2017 Nordica Mens Ski Overview: New Faces and Old Favorites // Ski Reviews
There’s a lot of buzz here at the SkiEssentials.com warehouse as we receive more and more of our 2017 inventory. There are a lot of exciting new products this season and as they arrive we can hardly wait to get out hands on them. In fact, we’re all so excited about winter, we decided to run a Dreaming of Winter photo contest! What’s the prize for that contest you might ask? Well, recently we received all our 2017 skis from Nordica, so we decided to give away a pair of Enforcer 93 skis and Speedmachine 130 boots, and also thought it would be a good time to take a look at their lineup for 2017.
Nordica has been manufacturing some impressive skis over the past few seasons. Although they once were somewhat on the outskirts of popular ski brands and models, recent innovations, new technologies, and the resurgence of some of their favorite ski models have put them right smack in the focus of the average ski consumer, with some of their models receiving top honors like Ski of the Year. We’ll run through their ski collection and highlight what’s new, what we’re excited to see unchanged, and how Nordica continues to innovate. In order to give each ski the attention it deserves, we’ll be splitting this into two articles, one for men, one for women. First up we’ll take a look at the men’s side of things with the women’s overview coming next week.
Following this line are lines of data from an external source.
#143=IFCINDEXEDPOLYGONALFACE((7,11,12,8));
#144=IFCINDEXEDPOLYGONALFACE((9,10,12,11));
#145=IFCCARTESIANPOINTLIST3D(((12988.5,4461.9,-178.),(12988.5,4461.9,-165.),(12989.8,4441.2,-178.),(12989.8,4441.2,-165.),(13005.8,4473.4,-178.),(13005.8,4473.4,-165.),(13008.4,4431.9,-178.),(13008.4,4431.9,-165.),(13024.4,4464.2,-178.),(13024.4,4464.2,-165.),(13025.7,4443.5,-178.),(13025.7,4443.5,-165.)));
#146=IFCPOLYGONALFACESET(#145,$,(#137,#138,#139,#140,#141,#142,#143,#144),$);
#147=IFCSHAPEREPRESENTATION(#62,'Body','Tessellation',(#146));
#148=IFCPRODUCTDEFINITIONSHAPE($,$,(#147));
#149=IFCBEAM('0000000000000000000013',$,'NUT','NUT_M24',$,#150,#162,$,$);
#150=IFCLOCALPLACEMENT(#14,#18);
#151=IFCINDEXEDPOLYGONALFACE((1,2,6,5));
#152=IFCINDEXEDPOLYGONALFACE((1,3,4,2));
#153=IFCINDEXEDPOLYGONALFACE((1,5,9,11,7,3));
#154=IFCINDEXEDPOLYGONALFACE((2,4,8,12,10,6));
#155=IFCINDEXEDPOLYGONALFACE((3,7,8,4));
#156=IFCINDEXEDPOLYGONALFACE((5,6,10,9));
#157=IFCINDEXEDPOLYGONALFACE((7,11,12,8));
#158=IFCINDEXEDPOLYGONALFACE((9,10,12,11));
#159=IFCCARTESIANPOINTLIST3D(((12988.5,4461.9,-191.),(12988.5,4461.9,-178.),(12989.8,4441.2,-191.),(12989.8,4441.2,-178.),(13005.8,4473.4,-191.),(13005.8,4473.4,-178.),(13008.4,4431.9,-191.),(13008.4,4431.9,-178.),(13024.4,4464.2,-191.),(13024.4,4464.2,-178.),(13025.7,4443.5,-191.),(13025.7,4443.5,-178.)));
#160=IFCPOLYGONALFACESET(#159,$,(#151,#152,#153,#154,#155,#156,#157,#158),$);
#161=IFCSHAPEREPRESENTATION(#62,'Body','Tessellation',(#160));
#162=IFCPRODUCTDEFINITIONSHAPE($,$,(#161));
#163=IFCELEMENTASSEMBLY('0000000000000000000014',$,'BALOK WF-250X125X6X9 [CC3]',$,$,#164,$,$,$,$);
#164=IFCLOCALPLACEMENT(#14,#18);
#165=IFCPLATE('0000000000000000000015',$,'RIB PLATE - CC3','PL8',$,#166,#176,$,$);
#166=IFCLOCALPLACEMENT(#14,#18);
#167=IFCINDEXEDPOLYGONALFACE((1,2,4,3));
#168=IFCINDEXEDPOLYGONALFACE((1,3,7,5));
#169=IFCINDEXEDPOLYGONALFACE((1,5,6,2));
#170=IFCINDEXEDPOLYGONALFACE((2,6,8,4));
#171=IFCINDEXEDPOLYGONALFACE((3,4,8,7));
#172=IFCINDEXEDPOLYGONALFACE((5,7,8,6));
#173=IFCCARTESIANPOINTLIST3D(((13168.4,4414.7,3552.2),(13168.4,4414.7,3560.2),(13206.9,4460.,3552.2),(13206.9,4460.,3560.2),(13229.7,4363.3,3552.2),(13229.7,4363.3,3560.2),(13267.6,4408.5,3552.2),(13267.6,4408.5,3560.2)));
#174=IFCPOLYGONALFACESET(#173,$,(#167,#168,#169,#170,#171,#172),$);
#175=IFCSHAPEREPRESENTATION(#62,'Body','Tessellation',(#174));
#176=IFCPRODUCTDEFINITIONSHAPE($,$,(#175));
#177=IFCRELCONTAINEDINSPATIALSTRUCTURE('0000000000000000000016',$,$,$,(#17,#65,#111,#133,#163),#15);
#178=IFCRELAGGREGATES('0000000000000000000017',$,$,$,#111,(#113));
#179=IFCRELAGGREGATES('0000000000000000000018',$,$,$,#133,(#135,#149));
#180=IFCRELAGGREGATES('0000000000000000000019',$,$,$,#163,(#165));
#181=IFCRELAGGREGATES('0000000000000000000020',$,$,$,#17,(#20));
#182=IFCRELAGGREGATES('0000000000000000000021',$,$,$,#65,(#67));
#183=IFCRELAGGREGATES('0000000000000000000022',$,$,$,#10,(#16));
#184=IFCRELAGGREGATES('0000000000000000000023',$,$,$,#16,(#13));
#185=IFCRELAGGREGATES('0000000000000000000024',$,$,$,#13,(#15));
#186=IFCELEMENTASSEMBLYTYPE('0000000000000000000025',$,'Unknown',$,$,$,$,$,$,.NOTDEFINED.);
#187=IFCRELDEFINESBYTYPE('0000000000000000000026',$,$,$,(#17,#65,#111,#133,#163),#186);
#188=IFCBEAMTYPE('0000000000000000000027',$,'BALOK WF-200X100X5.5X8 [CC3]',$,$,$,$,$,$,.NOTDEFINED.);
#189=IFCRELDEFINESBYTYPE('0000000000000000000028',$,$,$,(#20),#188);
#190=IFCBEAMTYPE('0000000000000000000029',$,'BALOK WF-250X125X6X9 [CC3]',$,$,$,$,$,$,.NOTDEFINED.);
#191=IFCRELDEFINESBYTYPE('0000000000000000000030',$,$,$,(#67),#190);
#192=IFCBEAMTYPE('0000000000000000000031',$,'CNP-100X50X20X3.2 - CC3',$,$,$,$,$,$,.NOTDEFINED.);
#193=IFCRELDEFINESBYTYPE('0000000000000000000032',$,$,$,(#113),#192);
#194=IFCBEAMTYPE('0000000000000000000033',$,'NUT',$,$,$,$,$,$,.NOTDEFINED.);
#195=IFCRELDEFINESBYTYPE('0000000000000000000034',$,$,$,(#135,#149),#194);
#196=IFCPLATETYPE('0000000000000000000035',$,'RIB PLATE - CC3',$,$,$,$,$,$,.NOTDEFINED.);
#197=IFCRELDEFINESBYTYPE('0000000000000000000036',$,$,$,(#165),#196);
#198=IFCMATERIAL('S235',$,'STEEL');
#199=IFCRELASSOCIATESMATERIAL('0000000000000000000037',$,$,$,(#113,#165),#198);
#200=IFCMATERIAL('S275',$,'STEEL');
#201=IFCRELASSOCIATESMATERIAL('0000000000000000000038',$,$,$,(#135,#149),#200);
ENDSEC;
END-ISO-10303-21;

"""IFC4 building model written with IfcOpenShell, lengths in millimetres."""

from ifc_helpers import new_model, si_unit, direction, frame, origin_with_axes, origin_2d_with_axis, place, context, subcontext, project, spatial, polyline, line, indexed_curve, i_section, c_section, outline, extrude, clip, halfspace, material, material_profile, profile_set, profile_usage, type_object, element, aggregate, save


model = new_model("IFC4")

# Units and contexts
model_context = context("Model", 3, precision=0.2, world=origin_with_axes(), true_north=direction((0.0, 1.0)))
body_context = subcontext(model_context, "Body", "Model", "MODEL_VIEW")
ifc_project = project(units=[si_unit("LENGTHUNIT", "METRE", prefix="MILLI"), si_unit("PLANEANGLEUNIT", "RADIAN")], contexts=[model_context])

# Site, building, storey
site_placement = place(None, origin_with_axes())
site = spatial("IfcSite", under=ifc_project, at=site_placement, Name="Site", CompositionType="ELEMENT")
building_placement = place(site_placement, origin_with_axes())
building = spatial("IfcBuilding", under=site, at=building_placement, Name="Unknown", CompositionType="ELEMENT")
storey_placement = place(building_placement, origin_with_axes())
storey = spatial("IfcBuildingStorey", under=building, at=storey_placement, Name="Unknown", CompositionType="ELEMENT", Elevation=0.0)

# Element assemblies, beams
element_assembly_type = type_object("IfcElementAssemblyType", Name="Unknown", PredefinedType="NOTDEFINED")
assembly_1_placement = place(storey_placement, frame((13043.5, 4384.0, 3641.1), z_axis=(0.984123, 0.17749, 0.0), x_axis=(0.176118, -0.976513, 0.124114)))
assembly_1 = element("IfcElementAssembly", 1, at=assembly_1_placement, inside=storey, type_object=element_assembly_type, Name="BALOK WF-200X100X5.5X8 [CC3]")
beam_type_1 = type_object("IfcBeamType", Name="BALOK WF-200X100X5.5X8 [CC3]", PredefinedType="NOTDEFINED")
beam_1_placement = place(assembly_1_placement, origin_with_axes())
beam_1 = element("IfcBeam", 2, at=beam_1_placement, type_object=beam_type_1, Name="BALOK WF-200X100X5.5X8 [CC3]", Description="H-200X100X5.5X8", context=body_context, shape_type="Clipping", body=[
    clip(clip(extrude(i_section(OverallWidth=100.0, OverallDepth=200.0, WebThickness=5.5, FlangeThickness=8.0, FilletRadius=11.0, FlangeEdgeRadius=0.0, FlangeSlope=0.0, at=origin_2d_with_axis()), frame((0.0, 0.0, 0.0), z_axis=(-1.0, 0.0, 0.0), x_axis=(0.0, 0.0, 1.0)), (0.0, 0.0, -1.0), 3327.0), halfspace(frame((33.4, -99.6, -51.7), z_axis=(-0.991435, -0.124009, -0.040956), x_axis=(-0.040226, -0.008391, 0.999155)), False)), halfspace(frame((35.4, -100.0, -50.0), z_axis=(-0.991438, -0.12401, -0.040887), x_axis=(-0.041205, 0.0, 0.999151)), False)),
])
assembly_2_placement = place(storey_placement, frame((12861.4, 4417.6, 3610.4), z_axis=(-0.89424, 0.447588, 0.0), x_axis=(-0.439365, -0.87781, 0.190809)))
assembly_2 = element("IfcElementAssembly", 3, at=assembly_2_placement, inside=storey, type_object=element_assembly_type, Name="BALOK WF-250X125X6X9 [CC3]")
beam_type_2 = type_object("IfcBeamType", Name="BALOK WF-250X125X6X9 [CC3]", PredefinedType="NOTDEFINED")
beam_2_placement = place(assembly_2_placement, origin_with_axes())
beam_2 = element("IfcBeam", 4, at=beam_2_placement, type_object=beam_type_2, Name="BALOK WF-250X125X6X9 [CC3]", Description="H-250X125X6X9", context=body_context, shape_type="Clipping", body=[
Nordica has a brand new “All Mountain Performance” collection, which is really more of a frontside carving collection, called GT. These skis use a titanal torsion bridge that we first saw in Nordica’s NRGY series (see below) that provides awesome torsional stiffness and the dampening benefits of metal without adding excessive weight. All too often high performance frontside carving skis are so heavy they’re not actually that fun to ski. The GT collection is a fantastic combination of power and weight savings resulting in effortless carving with a ton of energy and edge grip. We’ll be spending a lot more time on these skis this season and will be doing some in depth reviews of the GT series. There is a wide range of skis within the GT series of skis, from the GT 84 TI EVO all the way down to the more beginner/intermediate oriented GT 75 EVO. We’re most excited about the GT 80 TI EVO, which boasts all the top technology and features of the GT series like double Energy 2 Titanium Torsion Bridges in a 80mm waist width. Snappy, quick performance is what we look for in a frontside ski, and that’s what the GT 80 TI EVO delivers.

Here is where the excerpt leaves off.